Cada una de las 42 sucursales de la biblioteca no solo ofrece la posibilidad de leer in situ libros de consulta y obtener libros a domicilio, sino que sirve también de local para conferencias nocturnas, para reuniones populares, para entretenimientos razonables.

En la Biblioteca Pública de Nueva York hay unos 15.000 libros en lenguas orientales, unos 20.000 en hebreo y unos 16.000 en lenguas eslavas. En la sala de lectura principal, en estanterías abiertas, hay para el uso libre y general unos 20.000 volúmenes.

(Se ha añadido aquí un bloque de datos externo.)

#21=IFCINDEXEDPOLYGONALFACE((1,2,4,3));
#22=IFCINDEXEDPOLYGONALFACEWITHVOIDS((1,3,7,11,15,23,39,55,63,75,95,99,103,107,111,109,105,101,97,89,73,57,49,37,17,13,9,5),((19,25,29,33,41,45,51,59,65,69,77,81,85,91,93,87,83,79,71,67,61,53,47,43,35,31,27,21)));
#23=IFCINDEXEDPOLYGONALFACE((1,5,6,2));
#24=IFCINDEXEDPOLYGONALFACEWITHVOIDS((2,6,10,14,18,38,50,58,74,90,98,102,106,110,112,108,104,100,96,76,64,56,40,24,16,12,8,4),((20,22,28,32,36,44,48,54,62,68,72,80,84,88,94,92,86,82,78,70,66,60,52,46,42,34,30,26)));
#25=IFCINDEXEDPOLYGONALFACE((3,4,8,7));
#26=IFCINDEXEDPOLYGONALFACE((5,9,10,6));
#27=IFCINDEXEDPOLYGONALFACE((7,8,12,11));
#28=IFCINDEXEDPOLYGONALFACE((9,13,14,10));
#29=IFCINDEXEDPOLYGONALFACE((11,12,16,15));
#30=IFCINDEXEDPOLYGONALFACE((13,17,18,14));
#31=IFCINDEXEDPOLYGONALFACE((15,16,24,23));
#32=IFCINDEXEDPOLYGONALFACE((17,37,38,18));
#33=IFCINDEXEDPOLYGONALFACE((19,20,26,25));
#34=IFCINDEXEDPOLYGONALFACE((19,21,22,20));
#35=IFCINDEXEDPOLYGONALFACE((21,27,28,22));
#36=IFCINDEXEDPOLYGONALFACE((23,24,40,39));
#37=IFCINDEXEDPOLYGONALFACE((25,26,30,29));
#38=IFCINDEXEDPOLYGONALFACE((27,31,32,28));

Para los niños, la Biblioteca Pública de Nueva York ha organizado una sala de lectura especial –central–, y progresivamente se van abriendo otras similares también en las sucursales. Los bibliotecarios se preocupan de toda clase de comodidades para los niños y les proporcionan información. En total, los niños tomaron en préstamo a domicilio 2.859.888 volúmenes, poco menos de tres millones (más de un tercio del total). El número de niños que fueron visitantes de la sala de lectura alcanzó 1.120.915.

En cuanto a la pérdida de libros, la Biblioteca Pública de Nueva York cifra el número de libros extraviados en 70–80–90 por cada 100.000 prestados a domicilio.

Este es el orden de cosas que existe en Nueva York. ¿Y entre nosotros?

«Rabóchaya Pravda» núm. 5, 18 de julio de 1913. Firmado: W.

Se imprime según el texto del periódico «Rabóchaya Pravda».